## [Task requirements]
Repeat the listing that follows exactly, please.

## [Input records]
[Start of section]

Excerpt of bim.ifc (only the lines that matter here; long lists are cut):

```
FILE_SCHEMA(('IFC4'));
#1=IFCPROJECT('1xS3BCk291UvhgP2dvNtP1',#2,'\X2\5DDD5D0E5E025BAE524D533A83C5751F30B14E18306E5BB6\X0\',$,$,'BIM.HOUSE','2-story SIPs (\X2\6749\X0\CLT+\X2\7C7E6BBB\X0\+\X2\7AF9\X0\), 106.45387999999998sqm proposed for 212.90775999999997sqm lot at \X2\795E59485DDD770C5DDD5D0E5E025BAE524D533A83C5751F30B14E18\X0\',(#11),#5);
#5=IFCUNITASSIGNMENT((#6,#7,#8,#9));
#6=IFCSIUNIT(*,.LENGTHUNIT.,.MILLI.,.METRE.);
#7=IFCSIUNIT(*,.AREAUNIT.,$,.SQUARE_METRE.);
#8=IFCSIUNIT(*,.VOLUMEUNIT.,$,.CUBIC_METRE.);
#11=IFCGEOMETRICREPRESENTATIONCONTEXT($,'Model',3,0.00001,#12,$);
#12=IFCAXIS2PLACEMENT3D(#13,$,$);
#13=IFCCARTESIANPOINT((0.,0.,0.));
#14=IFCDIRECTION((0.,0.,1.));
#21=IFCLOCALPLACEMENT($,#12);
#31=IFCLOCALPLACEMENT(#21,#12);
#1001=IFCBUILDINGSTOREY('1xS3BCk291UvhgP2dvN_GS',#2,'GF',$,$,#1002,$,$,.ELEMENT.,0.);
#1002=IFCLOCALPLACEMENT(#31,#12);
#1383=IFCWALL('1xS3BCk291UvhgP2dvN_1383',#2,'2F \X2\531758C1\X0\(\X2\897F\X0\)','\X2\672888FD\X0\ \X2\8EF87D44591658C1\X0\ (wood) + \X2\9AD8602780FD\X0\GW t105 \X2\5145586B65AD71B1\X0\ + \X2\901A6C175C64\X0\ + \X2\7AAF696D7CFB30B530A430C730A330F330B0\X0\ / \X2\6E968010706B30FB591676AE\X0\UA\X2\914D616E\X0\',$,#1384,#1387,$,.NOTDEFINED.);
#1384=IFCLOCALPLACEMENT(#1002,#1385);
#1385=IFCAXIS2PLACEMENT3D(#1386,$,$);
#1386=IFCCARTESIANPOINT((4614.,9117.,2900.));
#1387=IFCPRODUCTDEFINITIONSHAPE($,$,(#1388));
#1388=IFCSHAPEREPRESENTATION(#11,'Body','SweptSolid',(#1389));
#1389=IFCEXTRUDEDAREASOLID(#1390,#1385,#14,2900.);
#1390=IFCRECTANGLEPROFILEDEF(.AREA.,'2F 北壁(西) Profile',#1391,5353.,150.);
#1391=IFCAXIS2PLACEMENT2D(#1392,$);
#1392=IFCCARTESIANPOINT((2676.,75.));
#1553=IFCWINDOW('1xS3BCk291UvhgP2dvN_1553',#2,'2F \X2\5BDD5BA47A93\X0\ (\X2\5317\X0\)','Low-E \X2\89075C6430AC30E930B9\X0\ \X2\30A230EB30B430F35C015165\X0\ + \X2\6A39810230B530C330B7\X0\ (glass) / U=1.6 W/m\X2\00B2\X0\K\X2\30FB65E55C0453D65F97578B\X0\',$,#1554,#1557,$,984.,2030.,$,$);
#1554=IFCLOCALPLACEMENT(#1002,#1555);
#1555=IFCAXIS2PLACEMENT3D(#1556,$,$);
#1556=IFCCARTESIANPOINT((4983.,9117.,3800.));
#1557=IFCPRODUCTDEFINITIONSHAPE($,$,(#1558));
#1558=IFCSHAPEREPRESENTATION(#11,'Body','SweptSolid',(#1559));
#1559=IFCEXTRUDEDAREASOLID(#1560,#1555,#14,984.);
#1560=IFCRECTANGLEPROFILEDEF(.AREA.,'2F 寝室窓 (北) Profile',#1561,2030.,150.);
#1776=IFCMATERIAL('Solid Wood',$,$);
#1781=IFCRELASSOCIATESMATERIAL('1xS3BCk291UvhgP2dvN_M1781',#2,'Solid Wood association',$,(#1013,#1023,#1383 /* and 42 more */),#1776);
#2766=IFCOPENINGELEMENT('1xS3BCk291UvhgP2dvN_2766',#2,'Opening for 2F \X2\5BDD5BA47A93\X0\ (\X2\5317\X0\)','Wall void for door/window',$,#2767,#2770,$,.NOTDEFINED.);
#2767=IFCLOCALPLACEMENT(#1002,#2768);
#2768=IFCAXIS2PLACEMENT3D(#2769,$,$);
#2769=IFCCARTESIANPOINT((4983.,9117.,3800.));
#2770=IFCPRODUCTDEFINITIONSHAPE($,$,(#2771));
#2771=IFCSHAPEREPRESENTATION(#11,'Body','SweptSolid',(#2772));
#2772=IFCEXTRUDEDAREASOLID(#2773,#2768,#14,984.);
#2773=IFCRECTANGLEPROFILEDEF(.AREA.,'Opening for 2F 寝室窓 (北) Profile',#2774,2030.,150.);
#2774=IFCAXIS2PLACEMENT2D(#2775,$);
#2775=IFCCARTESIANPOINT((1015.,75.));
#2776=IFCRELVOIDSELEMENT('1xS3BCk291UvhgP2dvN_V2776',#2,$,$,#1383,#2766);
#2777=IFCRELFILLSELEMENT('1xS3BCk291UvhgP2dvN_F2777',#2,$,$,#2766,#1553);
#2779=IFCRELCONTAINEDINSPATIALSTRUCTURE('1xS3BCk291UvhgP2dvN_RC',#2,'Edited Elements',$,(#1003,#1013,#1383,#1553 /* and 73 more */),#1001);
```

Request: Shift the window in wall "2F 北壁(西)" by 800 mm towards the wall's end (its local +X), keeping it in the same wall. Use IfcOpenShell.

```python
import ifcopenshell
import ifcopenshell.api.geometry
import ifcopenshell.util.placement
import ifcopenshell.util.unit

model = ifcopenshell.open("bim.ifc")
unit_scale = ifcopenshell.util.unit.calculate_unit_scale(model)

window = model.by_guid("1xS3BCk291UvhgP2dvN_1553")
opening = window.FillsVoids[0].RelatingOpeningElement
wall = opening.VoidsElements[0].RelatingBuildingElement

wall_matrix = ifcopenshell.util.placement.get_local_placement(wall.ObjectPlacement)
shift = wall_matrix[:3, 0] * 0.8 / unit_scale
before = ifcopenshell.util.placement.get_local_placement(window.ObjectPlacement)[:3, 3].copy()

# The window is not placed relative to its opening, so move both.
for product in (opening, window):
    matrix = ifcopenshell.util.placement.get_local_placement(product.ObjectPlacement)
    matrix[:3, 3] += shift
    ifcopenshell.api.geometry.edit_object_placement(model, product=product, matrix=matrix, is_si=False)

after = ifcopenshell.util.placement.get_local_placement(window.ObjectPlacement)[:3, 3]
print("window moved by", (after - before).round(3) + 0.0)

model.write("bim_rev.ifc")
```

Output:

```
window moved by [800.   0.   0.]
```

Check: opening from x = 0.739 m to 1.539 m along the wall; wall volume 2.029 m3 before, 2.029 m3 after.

[End of section]

## [Answer to the exercise]
Excerpt of bim.ifc (only the lines that matter here; long lists are cut):

```
FILE_SCHEMA(('IFC4'));
#1=IFCPROJECT('1xS3BCk291UvhgP2dvNtP1',#2,'\X2\5DDD5D0E5E025BAE524D533A83C5751F30B14E18306E5BB6\X0\',$,$,'BIM.HOUSE','2-story SIPs (\X2\6749\X0\CLT+\X2\7C7E6BBB\X0\+\X2\7AF9\X0\), 106.45387999999998sqm proposed for 212.90775999999997sqm lot at \X2\795E59485DDD770C5DDD5D0E5E025BAE524D533A83C5751F30B14E18\X0\',(#11),#5);
#5=IFCUNITASSIGNMENT((#6,#7,#8,#9));
#6=IFCSIUNIT(*,.LENGTHUNIT.,.MILLI.,.METRE.);
#7=IFCSIUNIT(*,.AREAUNIT.,$,.SQUARE_METRE.);
#8=IFCSIUNIT(*,.VOLUMEUNIT.,$,.CUBIC_METRE.);
#11=IFCGEOMETRICREPRESENTATIONCONTEXT($,'Model',3,0.00001,#12,$);
#12=IFCAXIS2PLACEMENT3D(#13,$,$);
#13=IFCCARTESIANPOINT((0.,0.,0.));
#14=IFCDIRECTION((0.,0.,1.));
#21=IFCLOCALPLACEMENT($,#12);
#31=IFCLOCALPLACEMENT(#21,#12);
#1001=IFCBUILDINGSTOREY('1xS3BCk291UvhgP2dvN_GS',#2,'GF',$,$,#1002,$,$,.ELEMENT.,0.);
#1002=IFCLOCALPLACEMENT(#31,#12);
#1383=IFCWALL('1xS3BCk291UvhgP2dvN_1383',#2,'2F \X2\531758C1\X0\(\X2\897F\X0\)','\X2\672888FD\X0\ \X2\8EF87D44591658C1\X0\ (wood) + \X2\9AD8602780FD\X0\GW t105 \X2\5145586B65AD71B1\X0\ + \X2\901A6C175C64\X0\ + \X2\7AAF696D7CFB30B530A430C730A330F330B0\X0\ / \X2\6E968010706B30FB591676AE\X0\UA\X2\914D616E\X0\',$,#1384,#1387,$,.NOTDEFINED.);
#1384=IFCLOCALPLACEMENT(#1002,#1385);
#1385=IFCAXIS2PLACEMENT3D(#1386,$,$);
#1386=IFCCARTESIANPOINT((4614.,9117.,2900.));
#1387=IFCPRODUCTDEFINITIONSHAPE($,$,(#1388));
#1388=IFCSHAPEREPRESENTATION(#11,'Body','SweptSolid',(#1389));
#1389=IFCEXTRUDEDAREASOLID(#1390,#1385,#14,2900.);
#1390=IFCRECTANGLEPROFILEDEF(.AREA.,'2F 北壁(西) Profile',#1391,5353.,150.);
#1391=IFCAXIS2PLACEMENT2D(#1392,$);
#1392=IFCCARTESIANPOINT((2676.,75.));
#1553=IFCWINDOW('1xS3BCk291UvhgP2dvN_1553',#2,'2F \X2\5BDD5BA47A93\X0\ (\X2\5317\X0\)','Low-E \X2\89075C6430AC30E930B9\X0\ \X2\30A230EB30B430F35C015165\X0\ + \X2\6A39810230B530C330B7\X0\ (glass) / U=1.6 W/m\X2\00B2\X0\K\X2\30FB65E55C0453D65F97578B\X0\',$,#1554,#1557,$,984.,2030.,$,$);
#1554=IFCLOCALPLACEMENT(#1002,#1555);
#1555=IFCAXIS2PLACEMENT3D(#1556,$,$);
#1556=IFCCARTESIANPOINT((4983.,9117.,3800.));
#1557=IFCPRODUCTDEFINITIONSHAPE($,$,(#1558));
#1558=IFCSHAPEREPRESENTATION(#11,'Body','SweptSolid',(#1559));
#1559=IFCEXTRUDEDAREASOLID(#1560,#1555,#14,984.);
#1560=IFCRECTANGLEPROFILEDEF(.AREA.,'2F 寝室窓 (北) Profile',#1561,2030.,150.);
#1776=IFCMATERIAL('Solid Wood',$,$);
#1781=IFCRELASSOCIATESMATERIAL('1xS3BCk291UvhgP2dvN_M1781',#2,'Solid Wood association',$,(#1013,#1023,#1383 /* and 42 more */),#1776);
#2766=IFCOPENINGELEMENT('1xS3BCk291UvhgP2dvN_2766',#2,'Opening for 2F \X2\5BDD5BA47A93\X0\ (\X2\5317\X0\)','Wall void for door/window',$,#2767,#2770,$,.NOTDEFINED.);
#2767=IFCLOCALPLACEMENT(#1002,#2768);
#2768=IFCAXIS2PLACEMENT3D(#2769,$,$);
#2769=IFCCARTESIANPOINT((4983.,9117.,3800.));
#2770=IFCPRODUCTDEFINITIONSHAPE($,$,(#2771));
#2771=IFCSHAPEREPRESENTATION(#11,'Body','SweptSolid',(#2772));
#2772=IFCEXTRUDEDAREASOLID(#2773,#2768,#14,984.);
#2773=IFCRECTANGLEPROFILEDEF(.AREA.,'Opening for 2F 寝室窓 (北) Profile',#2774,2030.,150.);
#2774=IFCAXIS2PLACEMENT2D(#2775,$);
#2775=IFCCARTESIANPOINT((1015.,75.));
#2776=IFCRELVOIDSELEMENT('1xS3BCk291UvhgP2dvN_V2776',#2,$,$,#1383,#2766);
#2777=IFCRELFILLSELEMENT('1xS3BCk291UvhgP2dvN_F2777',#2,$,$,#2766,#1553);
#2779=IFCRELCONTAINEDINSPATIALSTRUCTURE('1xS3BCk291UvhgP2dvN_RC',#2,'Edited Elements',$,(#1003,#1013,#1383,#1553 /* and 73 more */),#1001);
```

Request: Shift the window in wall "2F 北壁(西)" by 800 mm towards the wall's end (its local +X), keeping it in the same wall. Use IfcOpenShell.

```python
import ifcopenshell
import ifcopenshell.api.geometry
import ifcopenshell.util.placement
import ifcopenshell.util.unit

model = ifcopenshell.open("bim.ifc")
unit_scale = ifcopenshell.util.unit.calculate_unit_scale(model)

window = model.by_guid("1xS3BCk291UvhgP2dvN_1553")
opening = window.FillsVoids[0].RelatingOpeningElement
wall = opening.VoidsElements[0].RelatingBuildingElement

wall_matrix = ifcopenshell.util.placement.get_local_placement(wall.ObjectPlacement)
shift = wall_matrix[:3, 0] * 0.8 / unit_scale
before = ifcopenshell.util.placement.get_local_placement(window.ObjectPlacement)[:3, 3].copy()

# The window is not placed relative to its opening, so move both.
for product in (opening, window):
    matrix = ifcopenshell.util.placement.get_local_placement(product.ObjectPlacement)
    matrix[:3, 3] += shift
    ifcopenshell.api.geometry.edit_object_placement(model, product=product, matrix=matrix, is_si=False)

after = ifcopenshell.util.placement.get_local_placement(window.ObjectPlacement)[:3, 3]
print("window moved by", (after - before).round(3) + 0.0)

model.write("bim_rev.ifc")
```

Output:

```
window moved by [800.   0.   0.]
```

Check: opening from x = 0.739 m to 1.539 m along the wall; wall volume 2.029 m3 before, 2.029 m3 after.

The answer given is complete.